Когда в больничной палате, где она лежала, появился Александр, Георгина была так рада и тронута, что даже расплакалась. Он пришел с огромным букетом цветов, заключил ее в объятия, расцеловал, сказал, что любит ее, что сожалеет о том, как глупо себя вел, что она умница и он умоляет ее вернуться в Хартест и жить вместе с ребенком там. Она ответила, что тоже его любит, но хочет остаться жить в Лондоне, однако обещала приезжать в Хартест каждые выходные. Ей было любопытно, прореагирует ли как-нибудь Александр на имя ребенка; но нет, никакой особой реакции он не выказал. Лишь заявил, что находит весьма очаровательным, до какой степени нравится ей ее собственное имя, раз она даже решила передать его по наследству.

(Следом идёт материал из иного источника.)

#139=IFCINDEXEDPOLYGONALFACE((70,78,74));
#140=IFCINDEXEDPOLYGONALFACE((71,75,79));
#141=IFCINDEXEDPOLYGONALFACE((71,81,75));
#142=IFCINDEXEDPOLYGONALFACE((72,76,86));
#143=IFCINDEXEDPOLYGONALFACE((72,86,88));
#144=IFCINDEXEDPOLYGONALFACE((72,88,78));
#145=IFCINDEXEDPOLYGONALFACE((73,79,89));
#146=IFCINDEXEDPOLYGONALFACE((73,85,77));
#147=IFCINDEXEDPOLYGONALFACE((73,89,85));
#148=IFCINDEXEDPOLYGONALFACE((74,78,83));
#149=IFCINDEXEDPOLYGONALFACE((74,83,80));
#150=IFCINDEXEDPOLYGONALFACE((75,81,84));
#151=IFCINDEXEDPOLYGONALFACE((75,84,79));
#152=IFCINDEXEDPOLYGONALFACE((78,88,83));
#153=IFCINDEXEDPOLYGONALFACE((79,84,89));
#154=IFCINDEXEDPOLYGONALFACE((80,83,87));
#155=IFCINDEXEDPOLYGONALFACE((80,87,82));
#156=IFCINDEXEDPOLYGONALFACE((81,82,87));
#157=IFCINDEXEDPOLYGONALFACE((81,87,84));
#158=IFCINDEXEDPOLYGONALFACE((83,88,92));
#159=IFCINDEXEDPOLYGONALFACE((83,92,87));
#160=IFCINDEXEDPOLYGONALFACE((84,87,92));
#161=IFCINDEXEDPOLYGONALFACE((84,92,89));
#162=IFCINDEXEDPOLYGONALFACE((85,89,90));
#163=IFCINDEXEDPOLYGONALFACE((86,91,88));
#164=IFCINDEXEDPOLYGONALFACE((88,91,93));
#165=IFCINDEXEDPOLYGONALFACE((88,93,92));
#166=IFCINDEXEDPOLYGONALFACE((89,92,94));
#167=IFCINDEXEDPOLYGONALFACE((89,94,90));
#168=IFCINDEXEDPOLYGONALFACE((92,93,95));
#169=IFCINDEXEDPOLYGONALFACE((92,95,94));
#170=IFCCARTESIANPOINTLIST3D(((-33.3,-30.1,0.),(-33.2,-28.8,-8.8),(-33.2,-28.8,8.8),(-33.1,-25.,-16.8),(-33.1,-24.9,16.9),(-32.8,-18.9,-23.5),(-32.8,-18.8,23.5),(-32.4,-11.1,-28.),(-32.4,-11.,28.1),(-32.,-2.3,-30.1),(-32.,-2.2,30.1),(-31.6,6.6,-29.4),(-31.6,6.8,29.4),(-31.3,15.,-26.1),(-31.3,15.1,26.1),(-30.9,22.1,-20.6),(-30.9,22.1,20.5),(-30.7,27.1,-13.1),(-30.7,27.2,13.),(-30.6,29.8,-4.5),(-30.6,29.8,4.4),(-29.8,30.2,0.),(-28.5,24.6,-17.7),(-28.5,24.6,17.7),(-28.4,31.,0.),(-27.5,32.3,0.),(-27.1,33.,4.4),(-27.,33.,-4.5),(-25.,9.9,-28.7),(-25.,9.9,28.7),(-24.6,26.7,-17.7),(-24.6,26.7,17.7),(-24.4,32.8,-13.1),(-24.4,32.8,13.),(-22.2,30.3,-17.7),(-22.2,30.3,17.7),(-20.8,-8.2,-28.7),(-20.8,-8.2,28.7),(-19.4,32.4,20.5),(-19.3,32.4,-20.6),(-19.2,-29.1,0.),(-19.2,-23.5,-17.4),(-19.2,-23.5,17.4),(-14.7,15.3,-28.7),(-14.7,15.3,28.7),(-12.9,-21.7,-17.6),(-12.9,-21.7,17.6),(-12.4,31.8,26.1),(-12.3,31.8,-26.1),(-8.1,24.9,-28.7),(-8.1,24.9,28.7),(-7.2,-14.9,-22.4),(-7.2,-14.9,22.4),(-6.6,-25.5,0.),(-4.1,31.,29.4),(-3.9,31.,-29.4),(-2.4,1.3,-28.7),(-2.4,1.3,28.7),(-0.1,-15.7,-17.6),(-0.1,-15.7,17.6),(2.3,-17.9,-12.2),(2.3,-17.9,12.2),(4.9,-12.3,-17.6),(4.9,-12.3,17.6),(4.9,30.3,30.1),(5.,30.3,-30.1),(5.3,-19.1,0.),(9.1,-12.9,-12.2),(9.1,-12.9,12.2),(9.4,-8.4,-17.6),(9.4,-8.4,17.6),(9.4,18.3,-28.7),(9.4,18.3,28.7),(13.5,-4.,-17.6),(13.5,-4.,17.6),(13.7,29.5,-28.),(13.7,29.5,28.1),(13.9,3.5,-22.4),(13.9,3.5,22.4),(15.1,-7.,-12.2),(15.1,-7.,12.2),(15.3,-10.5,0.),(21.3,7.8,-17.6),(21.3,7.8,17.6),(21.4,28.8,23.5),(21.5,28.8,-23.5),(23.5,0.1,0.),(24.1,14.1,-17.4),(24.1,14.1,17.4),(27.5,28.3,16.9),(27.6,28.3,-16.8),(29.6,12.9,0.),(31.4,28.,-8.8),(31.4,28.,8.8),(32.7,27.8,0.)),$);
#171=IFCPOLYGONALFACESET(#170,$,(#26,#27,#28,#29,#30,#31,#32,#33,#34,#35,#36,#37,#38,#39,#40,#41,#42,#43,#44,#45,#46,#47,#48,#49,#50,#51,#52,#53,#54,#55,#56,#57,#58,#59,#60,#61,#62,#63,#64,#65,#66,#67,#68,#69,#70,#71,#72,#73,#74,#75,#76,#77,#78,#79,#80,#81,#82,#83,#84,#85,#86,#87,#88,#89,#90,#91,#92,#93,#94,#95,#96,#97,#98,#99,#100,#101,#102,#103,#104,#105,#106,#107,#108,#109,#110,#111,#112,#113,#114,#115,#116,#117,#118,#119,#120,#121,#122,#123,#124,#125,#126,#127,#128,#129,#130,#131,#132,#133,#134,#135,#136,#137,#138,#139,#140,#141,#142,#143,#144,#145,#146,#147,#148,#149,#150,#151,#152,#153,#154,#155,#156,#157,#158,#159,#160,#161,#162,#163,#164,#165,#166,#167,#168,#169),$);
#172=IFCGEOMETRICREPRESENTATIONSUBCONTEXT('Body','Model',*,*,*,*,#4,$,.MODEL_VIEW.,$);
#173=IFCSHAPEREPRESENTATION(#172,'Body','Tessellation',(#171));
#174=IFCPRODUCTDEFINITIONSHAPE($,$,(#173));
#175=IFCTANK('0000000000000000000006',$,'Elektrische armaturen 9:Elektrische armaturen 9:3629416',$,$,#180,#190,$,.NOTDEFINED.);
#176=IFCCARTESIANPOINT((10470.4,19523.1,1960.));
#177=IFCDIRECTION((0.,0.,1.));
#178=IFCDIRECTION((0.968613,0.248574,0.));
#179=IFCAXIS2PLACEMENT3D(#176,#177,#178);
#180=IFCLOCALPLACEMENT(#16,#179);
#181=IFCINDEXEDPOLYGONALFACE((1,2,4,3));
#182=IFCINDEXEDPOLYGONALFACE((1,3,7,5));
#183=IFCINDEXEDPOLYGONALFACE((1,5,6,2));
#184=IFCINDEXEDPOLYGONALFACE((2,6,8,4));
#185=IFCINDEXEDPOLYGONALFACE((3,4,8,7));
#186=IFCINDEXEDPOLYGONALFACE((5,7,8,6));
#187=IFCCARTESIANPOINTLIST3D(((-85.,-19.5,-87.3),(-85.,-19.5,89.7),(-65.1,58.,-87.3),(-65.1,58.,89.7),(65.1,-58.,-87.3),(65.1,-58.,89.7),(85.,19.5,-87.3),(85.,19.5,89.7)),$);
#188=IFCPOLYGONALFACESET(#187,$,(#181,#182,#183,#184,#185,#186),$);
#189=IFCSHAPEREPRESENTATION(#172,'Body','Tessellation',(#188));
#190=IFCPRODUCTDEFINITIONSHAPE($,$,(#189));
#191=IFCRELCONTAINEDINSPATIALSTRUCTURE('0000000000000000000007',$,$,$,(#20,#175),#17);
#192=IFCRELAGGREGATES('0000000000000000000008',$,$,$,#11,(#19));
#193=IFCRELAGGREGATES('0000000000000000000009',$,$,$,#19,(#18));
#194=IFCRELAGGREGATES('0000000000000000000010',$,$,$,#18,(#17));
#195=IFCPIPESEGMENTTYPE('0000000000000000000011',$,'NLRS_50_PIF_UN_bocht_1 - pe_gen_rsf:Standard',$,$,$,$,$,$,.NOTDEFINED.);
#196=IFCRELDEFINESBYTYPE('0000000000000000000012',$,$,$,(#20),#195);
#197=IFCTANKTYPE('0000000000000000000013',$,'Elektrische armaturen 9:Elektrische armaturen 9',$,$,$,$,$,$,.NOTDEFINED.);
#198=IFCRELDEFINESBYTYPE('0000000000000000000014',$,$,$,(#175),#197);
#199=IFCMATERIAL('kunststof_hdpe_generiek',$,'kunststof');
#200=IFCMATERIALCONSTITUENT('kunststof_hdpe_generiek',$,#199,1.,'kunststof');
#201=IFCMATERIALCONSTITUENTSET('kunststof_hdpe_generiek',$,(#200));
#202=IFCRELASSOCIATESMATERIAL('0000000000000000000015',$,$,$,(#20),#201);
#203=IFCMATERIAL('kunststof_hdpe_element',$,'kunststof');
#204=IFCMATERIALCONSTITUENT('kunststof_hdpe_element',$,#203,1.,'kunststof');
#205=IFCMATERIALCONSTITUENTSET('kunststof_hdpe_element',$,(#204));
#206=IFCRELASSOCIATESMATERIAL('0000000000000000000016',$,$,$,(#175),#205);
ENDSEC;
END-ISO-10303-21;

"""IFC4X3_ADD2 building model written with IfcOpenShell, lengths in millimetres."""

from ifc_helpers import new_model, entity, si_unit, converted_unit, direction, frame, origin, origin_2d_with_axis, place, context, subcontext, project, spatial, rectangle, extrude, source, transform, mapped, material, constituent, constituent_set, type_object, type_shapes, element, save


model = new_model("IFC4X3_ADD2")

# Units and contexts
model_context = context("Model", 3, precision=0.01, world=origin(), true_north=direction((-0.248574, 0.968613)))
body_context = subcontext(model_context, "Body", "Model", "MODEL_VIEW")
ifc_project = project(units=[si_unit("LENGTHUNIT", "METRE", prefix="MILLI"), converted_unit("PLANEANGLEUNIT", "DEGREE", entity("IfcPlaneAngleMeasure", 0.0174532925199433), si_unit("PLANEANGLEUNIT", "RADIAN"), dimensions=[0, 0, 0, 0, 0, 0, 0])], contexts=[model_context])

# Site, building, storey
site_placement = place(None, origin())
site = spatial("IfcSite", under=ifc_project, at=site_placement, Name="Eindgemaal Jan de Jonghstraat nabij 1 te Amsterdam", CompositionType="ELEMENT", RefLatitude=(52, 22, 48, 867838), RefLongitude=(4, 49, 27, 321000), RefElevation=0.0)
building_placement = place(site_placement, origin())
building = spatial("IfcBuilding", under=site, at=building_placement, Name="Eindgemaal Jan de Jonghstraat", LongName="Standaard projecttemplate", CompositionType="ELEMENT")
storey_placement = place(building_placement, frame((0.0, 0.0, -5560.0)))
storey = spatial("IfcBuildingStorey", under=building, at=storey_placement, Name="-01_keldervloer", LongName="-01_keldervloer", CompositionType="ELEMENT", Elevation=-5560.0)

Когда Георгина в конце концов — вряд ли здесь уместно выражение «в конце концов», поскольку она выдержала только три дня самостоятельной жизни, — капитулировала и вернулась домой, Александр был заметно тронут. Как-то раз она в библиотеке, возле зажженного камина, кормила ребенка; Александр сидел напротив, смотрел на нее, и глаза у него были необыкновенно нежные и, пожалуй, немного грустные.

— Жаль, что твоя мама этого не видит, — проговорил он.

Георгина сильно удивилась: он почти никогда не вспоминал о Вирджинии.


Няня приняла Георгину и ее ребенка с чувством невыразимого облегчения; Георгина не успела оглянуться, как бумажные пеленки малыша были выброшены и заменены на добротные и прочные байковые, его цветастые одеяния — на подобающую детскую одежду, и Джордж, плотно спеленутый и переодетый, уже лежал в колыбельке.